The Current IV: Caribbean
Convening #1 “...telling of oceanic transformations”
Santo Domingo, Dominican Republic
December 8 – December 9, 2023

Design: Pardo
Past
TBA21–Academy
Research

EN/ES

CONVENING #1

A two-day multidisciplinary festival curated by Yina Jiménez Suriel, Curatorial Fellow of The Current IV: Caribbean: "otras montañas, las que andan sueltas bajo el agua" [other mountains, adrift beneath the waves].


On the coasts, living beings test the aesthetic tools and strategies [1] that allow them to return to the ocean. Until a few centuries ago, these trials mainly took place on the slopes of volcanos. Then they started to appear on mountain tops and, in recent decades, they have also started to crop up on the coasts, many of them made up of caliche or ancient coral reefs, always in relief and given a certain resonance by the wind.

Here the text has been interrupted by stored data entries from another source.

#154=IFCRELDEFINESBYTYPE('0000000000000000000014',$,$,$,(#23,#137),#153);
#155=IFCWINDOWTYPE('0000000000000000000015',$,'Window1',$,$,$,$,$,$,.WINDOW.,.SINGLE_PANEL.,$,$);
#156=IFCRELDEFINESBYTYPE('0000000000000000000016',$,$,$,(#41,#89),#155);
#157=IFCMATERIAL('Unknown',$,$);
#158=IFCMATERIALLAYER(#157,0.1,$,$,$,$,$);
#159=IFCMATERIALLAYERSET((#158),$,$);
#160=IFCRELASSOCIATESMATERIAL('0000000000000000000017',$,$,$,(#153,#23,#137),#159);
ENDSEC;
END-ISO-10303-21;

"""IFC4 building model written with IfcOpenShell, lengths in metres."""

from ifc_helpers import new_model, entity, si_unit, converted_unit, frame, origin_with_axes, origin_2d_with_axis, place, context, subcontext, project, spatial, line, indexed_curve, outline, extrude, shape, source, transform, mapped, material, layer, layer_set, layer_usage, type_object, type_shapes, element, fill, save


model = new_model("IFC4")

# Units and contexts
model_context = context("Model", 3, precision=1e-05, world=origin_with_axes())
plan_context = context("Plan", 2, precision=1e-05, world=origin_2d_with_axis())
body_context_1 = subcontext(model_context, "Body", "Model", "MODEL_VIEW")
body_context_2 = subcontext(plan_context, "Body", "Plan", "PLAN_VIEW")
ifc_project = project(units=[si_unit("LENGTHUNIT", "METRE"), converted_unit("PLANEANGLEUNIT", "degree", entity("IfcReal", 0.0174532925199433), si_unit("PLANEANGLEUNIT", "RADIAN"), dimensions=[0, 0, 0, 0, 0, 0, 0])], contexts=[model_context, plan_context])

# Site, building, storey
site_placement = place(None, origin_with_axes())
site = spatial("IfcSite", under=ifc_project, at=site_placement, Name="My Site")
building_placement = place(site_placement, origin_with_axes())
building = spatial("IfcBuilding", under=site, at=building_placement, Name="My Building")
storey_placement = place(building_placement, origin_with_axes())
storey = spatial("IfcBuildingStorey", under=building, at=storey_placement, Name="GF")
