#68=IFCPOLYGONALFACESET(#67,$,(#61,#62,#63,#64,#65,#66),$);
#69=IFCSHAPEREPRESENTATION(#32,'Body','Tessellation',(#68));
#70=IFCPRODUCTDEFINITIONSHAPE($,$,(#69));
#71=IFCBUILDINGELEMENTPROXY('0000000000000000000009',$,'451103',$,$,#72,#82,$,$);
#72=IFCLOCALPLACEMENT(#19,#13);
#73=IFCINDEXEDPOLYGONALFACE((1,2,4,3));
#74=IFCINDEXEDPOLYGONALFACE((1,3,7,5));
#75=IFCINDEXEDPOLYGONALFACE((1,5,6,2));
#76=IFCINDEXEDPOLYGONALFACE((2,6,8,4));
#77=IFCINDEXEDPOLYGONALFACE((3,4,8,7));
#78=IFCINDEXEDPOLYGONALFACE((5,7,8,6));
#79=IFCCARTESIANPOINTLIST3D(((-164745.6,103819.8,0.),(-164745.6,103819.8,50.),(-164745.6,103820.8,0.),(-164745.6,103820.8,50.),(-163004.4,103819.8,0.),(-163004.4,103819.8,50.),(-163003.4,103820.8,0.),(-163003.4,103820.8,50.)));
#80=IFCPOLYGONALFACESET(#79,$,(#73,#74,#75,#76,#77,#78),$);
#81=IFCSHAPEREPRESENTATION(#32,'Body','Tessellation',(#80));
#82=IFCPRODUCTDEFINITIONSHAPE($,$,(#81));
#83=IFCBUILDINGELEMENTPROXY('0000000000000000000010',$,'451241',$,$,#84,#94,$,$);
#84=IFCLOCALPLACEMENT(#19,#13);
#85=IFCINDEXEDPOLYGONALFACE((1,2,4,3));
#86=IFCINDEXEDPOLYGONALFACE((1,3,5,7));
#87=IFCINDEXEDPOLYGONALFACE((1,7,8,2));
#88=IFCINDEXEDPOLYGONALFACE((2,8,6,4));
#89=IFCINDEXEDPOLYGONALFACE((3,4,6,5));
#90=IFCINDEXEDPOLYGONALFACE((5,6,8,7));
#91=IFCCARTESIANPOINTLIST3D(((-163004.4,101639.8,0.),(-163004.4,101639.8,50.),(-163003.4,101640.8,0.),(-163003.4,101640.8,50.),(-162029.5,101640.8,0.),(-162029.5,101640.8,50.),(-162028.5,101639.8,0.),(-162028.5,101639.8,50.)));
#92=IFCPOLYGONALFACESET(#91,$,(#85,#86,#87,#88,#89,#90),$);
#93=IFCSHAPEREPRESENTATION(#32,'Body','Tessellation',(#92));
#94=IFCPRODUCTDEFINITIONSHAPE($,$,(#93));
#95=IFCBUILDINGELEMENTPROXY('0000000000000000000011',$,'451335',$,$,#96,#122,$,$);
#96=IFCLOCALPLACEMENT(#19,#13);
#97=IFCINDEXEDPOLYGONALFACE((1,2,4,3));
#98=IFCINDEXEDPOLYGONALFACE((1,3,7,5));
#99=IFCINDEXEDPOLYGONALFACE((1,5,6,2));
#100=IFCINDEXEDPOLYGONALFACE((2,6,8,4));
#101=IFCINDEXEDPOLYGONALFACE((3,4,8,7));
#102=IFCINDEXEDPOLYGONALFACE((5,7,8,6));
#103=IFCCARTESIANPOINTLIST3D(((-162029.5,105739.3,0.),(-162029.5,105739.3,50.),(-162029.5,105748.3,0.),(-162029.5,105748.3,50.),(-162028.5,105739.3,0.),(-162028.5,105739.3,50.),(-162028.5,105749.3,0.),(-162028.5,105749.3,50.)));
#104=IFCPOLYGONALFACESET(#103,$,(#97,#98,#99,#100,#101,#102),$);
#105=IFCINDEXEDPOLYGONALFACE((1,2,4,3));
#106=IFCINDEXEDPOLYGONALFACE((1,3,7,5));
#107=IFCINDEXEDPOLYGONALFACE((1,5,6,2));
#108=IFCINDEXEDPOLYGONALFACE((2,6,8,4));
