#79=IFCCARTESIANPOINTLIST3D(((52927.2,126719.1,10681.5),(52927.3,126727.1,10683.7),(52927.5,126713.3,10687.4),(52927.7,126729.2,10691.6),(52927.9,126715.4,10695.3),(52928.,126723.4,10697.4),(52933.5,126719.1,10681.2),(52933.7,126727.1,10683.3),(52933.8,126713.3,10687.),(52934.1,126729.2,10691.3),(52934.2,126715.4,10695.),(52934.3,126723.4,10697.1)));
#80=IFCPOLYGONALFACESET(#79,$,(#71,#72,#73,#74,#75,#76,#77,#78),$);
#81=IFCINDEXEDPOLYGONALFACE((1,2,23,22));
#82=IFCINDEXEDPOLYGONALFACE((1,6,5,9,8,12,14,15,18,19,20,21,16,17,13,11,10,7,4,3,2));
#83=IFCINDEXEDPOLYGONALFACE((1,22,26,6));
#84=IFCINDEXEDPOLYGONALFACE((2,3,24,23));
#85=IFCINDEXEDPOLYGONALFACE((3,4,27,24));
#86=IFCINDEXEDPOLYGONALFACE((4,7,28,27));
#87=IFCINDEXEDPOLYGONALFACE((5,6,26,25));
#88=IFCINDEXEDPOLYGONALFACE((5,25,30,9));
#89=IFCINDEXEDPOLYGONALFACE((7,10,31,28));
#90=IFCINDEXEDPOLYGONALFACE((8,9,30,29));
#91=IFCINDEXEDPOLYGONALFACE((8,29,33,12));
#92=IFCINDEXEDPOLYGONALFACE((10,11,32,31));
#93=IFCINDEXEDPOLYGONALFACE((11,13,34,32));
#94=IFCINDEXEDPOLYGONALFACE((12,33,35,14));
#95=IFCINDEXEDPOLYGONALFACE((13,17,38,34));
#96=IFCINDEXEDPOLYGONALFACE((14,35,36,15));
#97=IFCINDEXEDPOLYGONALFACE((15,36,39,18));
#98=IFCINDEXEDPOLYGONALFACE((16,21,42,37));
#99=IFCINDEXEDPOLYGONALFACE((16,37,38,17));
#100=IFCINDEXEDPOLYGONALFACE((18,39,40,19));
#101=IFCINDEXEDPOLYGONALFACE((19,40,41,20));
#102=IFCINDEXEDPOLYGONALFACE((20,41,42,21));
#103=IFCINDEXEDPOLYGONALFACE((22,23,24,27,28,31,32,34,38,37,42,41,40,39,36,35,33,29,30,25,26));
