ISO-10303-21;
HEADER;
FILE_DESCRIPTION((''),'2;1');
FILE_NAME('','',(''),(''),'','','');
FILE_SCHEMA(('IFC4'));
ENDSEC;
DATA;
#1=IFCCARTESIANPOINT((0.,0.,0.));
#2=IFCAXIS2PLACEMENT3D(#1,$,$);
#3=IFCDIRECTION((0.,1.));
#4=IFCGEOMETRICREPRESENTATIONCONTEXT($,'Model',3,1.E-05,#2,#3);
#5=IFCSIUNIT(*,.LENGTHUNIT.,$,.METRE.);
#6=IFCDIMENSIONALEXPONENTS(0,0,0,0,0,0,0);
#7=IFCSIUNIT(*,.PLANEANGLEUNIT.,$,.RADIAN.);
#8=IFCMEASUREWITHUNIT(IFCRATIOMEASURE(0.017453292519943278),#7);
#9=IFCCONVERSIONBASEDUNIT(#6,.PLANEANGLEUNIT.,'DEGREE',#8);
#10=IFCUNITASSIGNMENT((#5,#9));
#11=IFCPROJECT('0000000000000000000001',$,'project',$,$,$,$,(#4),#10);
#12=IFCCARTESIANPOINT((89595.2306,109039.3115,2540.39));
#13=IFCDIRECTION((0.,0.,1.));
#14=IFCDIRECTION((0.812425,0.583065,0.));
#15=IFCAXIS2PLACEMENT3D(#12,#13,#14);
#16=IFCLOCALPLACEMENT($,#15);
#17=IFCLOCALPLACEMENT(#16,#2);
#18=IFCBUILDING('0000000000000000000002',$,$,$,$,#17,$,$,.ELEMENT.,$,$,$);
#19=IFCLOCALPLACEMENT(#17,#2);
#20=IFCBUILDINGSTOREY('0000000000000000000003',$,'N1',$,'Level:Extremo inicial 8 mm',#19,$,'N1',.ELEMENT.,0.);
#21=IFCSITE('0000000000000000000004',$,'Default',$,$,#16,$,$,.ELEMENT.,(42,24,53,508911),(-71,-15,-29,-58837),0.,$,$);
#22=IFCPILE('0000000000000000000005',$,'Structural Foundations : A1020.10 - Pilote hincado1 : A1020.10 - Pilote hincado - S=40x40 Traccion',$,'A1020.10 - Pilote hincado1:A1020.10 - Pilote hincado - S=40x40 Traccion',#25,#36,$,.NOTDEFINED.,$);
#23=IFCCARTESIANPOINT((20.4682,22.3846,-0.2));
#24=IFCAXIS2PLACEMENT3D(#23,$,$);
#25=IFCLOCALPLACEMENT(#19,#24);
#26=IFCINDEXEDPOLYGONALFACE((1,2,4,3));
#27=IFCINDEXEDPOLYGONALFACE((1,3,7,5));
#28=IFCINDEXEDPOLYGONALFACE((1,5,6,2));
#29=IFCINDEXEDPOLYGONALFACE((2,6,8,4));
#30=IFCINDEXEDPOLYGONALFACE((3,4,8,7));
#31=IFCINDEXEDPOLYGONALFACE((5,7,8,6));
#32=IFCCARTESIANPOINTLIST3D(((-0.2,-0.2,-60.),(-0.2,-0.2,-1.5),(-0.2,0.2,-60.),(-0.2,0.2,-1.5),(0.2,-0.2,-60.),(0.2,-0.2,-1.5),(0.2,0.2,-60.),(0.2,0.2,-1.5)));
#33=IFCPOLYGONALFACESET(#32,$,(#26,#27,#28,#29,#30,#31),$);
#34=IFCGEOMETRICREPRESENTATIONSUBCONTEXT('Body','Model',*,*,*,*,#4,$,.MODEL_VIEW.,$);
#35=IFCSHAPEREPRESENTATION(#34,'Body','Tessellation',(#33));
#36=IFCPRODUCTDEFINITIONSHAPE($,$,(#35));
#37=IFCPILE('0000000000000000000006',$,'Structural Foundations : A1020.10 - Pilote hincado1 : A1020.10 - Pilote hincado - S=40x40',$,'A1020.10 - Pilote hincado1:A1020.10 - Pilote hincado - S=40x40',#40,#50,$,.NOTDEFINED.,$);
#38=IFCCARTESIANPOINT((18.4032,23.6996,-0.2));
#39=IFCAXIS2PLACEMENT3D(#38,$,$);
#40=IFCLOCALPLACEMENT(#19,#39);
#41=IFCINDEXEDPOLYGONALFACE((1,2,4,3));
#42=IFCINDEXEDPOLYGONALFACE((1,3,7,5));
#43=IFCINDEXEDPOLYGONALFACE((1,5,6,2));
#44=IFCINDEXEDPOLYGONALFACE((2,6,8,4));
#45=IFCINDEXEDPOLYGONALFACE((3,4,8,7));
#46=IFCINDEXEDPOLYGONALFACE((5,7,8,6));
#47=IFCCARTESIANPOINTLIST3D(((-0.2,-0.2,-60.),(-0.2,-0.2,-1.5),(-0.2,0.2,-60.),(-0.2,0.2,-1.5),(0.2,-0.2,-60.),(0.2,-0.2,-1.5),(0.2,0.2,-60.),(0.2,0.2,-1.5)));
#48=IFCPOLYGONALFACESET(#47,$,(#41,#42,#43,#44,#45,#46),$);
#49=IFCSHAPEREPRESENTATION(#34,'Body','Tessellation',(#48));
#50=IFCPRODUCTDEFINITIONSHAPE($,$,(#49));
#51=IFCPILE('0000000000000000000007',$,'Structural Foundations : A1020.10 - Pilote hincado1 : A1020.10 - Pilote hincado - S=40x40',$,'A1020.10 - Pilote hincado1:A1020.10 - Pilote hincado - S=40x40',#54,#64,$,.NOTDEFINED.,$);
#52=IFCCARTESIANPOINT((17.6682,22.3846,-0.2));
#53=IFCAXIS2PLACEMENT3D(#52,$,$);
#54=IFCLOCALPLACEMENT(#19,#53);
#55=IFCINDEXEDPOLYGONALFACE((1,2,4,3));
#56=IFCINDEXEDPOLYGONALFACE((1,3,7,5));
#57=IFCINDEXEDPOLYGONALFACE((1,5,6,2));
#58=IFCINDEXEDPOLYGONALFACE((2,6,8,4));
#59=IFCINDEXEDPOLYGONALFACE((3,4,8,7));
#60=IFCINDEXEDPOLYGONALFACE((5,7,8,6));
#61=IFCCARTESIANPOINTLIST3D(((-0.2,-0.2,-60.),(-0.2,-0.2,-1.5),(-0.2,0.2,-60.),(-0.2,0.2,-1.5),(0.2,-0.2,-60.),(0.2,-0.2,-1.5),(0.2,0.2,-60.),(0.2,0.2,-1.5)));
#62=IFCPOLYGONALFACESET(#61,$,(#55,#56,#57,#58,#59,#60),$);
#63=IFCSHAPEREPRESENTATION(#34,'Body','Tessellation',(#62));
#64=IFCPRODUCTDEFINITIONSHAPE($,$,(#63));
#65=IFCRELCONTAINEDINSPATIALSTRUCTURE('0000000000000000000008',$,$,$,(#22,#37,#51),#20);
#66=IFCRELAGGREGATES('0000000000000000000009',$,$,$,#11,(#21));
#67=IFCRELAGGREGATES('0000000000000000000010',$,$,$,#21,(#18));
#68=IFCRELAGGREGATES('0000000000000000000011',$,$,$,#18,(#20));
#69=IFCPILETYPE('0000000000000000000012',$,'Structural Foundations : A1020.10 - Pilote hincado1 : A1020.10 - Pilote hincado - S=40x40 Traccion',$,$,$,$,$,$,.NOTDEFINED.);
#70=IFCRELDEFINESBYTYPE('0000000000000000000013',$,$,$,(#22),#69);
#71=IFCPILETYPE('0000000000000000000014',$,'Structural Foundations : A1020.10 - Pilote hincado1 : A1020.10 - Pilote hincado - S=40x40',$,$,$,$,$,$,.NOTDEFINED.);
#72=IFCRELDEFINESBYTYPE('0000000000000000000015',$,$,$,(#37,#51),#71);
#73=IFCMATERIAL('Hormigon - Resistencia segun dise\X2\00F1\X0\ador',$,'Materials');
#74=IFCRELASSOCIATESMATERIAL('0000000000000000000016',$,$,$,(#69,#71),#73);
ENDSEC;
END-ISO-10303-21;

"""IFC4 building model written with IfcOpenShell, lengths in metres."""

from ifc_helpers import new_model, entity, si_unit, converted_unit, direction, frame, origin, origin_2d_with_axis, place, context, subcontext, project, spatial, polyline, segment, composite_curve, rectangle, outline, extrude, source, transform, mapped, material, material_profile, profile_set, type_object, type_shapes, element, save


model = new_model("IFC4")

# Units and contexts
model_context = context("Model", 3, precision=1e-05, world=origin(), true_north=direction((0.0, 1.0)))
body_context = subcontext(model_context, "Body", "Model", "MODEL_VIEW")
ifc_project = project(units=[si_unit("LENGTHUNIT", "METRE"), converted_unit("PLANEANGLEUNIT", "DEGREE", entity("IfcRatioMeasure", 0.017453292519943278), si_unit("PLANEANGLEUNIT", "RADIAN"), dimensions=[0, 0, 0, 0, 0, 0, 0])], contexts=[model_context])

# Site, building, storey
site_placement = place(None, frame((89595.2306, 109039.3115, 2540.39), z_axis=(0.0, 0.0, 1.0), x_axis=(0.812425, 0.583065, 0.0)))
site = spatial("IfcSite", under=ifc_project, at=site_placement, Name="Default", CompositionType="ELEMENT", RefLatitude=(42, 24, 53, 508911), RefLongitude=(-71, -15, -29, -58837), RefElevation=0.0)
building_placement = place(site_placement, origin())
building = spatial("IfcBuilding", under=site, at=building_placement, CompositionType="ELEMENT")
storey_placement = place(building_placement, origin())
storey = spatial("IfcBuildingStorey", under=building, at=storey_placement, Name="N1", ObjectType="Level:Extremo inicial 8 mm", LongName="N1", CompositionType="ELEMENT", Elevation=0.0)

# Piles
ifc_material_1 = material(Name="Hormigon - Resistencia segun diseñador", Category="Materials")
ifc_material_profile_1 = material_profile(ifc_material_1, outline(composite_curve([segment(polyline([(0.2, -0.2, -1.5), (0.2, 0.2, -1.5)]), True, "CONTINUOUS"), segment(polyline([(0.2, 0.2, -1.5), (-0.2, 0.2, -1.5)]), True, "CONTINUOUS"), segment(polyline([(-0.2, 0.2, -1.5), (-0.2, -0.2, -1.5)]), True, "CONTINUOUS"), segment(polyline([(-0.2, -0.2, -1.5), (0.2, -0.2, -1.5)]), True, "CONTINUOUS")], self_intersect=False), kind="CURVE"), Name="A1020.10 - Pilote hincado - S=40x40 Traccion")
ifc_profile_set_1 = profile_set([ifc_material_profile_1], Name="A1020.10 - Pilote hincado - S=40x40 Traccion")
pile_type_1 = type_object("IfcPileType", Name="Structural Foundations : A1020.10 - Pilote hincado1 : A1020.10 - Pilote hincado - S=40x40 Traccion", PredefinedType="NOTDEFINED", material=ifc_profile_set_1)
shared_shape_1 = source(origin(), body_context, "Body", "SweptSolid", [
    extrude(rectangle(XDim=0.4, YDim=0.4, at=origin_2d_with_axis()), frame((0.0, 0.0, -60.0), z_axis=(0.0, 0.0, 1.0), x_axis=(0.0, -1.0, 0.0)), (0.0, 0.0, 1.0), 58.5),
])
type_shapes(pile_type_1, [shared_shape_1])
for number, where, name in (
    (1, (20.4682, 22.3846, -0.2), "Structural Foundations : A1020.10 - Pilote hincado1 : A1020.10 - Pilote hincado - S=40x40 Traccion"),
):
    element("IfcPile", number, at=place(storey_placement, frame(where)), inside=storey, type_object=pile_type_1, Name=name, ObjectType="A1020.10 - Pilote hincado1:A1020.10 - Pilote hincado - S=40x40 Traccion", PredefinedType="NOTDEFINED", context=body_context, shape_type="MappedRepresentation", body=[
        mapped(shared_shape_1, transform((0.0, 0.0, 0.0), scale=1.0)),
    ])
ifc_material_profile_2 = material_profile(ifc_material_1, outline(composite_curve([segment(polyline([(0.2, -0.2, -60.0), (-0.2, -0.2, -60.0)]), True, "CONTINUOUS"), segment(polyline([(-0.2, -0.2, -60.0), (-0.2, 0.2, -60.0)]), True, "CONTINUOUS"), segment(polyline([(-0.2, 0.2, -60.0), (0.2, 0.2, -60.0)]), True, "CONTINUOUS"), segment(polyline([(0.2, 0.2, -60.0), (0.2, -0.2, -60.0)]), True, "CONTINUOUS")], self_intersect=False), kind="CURVE"), Name="A1020.10 - Pilote hincado - S=40x40")
ifc_profile_set_2 = profile_set([ifc_material_profile_2], Name="A1020.10 - Pilote hincado - S=40x40")
pile_type_2 = type_object("IfcPileType", Name="Structural Foundations : A1020.10 - Pilote hincado1 : A1020.10 - Pilote hincado - S=40x40", PredefinedType="NOTDEFINED", material=ifc_profile_set_2)
shared_shape_2 = source(origin(), body_context, "Body", "SweptSolid", [
    extrude(rectangle(XDim=0.4, YDim=0.4, at=origin_2d_with_axis()), frame((0.0, 0.0, -60.0), z_axis=(0.0, 0.0, 1.0), x_axis=(0.0, -1.0, 0.0)), (0.0, 0.0, 1.0), 58.5),
])
type_shapes(pile_type_2, [shared_shape_2])
for number, where, name in (
    (2, (18.4032, 23.6996, -0.2), "Structural Foundations : A1020.10 - Pilote hincado1 : A1020.10 - Pilote hincado - S=40x40"),
    (3, (17.6682, 22.3846, -0.2), "Structural Foundations : A1020.10 - Pilote hincado1 : A1020.10 - Pilote hincado - S=40x40"),
):
    element("IfcPile", number, at=place(storey_placement, frame(where)), inside=storey, type_object=pile_type_2, Name=name, ObjectType="A1020.10 - Pilote hincado1:A1020.10 - Pilote hincado - S=40x40", PredefinedType="NOTDEFINED", context=body_context, shape_type="MappedRepresentation", body=[
        mapped(shared_shape_2, transform((0.0, 0.0, 0.0), scale=1.0)),
    ])

save(model, "model.ifc")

Convening #1: "…para contar transformaciones oceánicas" [telling of oceanic transformations] is a two-day festival conceived as an ambitious trial made up of several parts, each of which is intended to give continuity—through bodily exercises—to the tools and strategies that contribute to our reconciliation with the ocean’s constant movement.

The festival’s point of departure is the evolution of the marine channel which, until less than a million years ago, existed between the current Neiba Bay in the Dominican Republic and Port-au-Prince in Haiti, and the bodies of water it left behind—Rincón Lagoon, Lake Enriquillo, and Lake Azuéi. It will then go on to examine, through conversations, workshops, screenings and contemporary dance, the evolution of the ocean in this part of the Caribbean tectonic plate, and how certain conditions, perfect for the emergence of very particular living beings, came to arise. This area also includes mountain systems that were key spaces on the island of Ayiti/Quisqueya (Hispaniola), allowing us to trial of some of the aesthetic tools and strategies that accompanied us during the first year of our work on The Current IV (escapism, flotation, improvisation) and, at the same time, introducing others that will accompany us over the coming year (oneiric states, transmutation and repetition).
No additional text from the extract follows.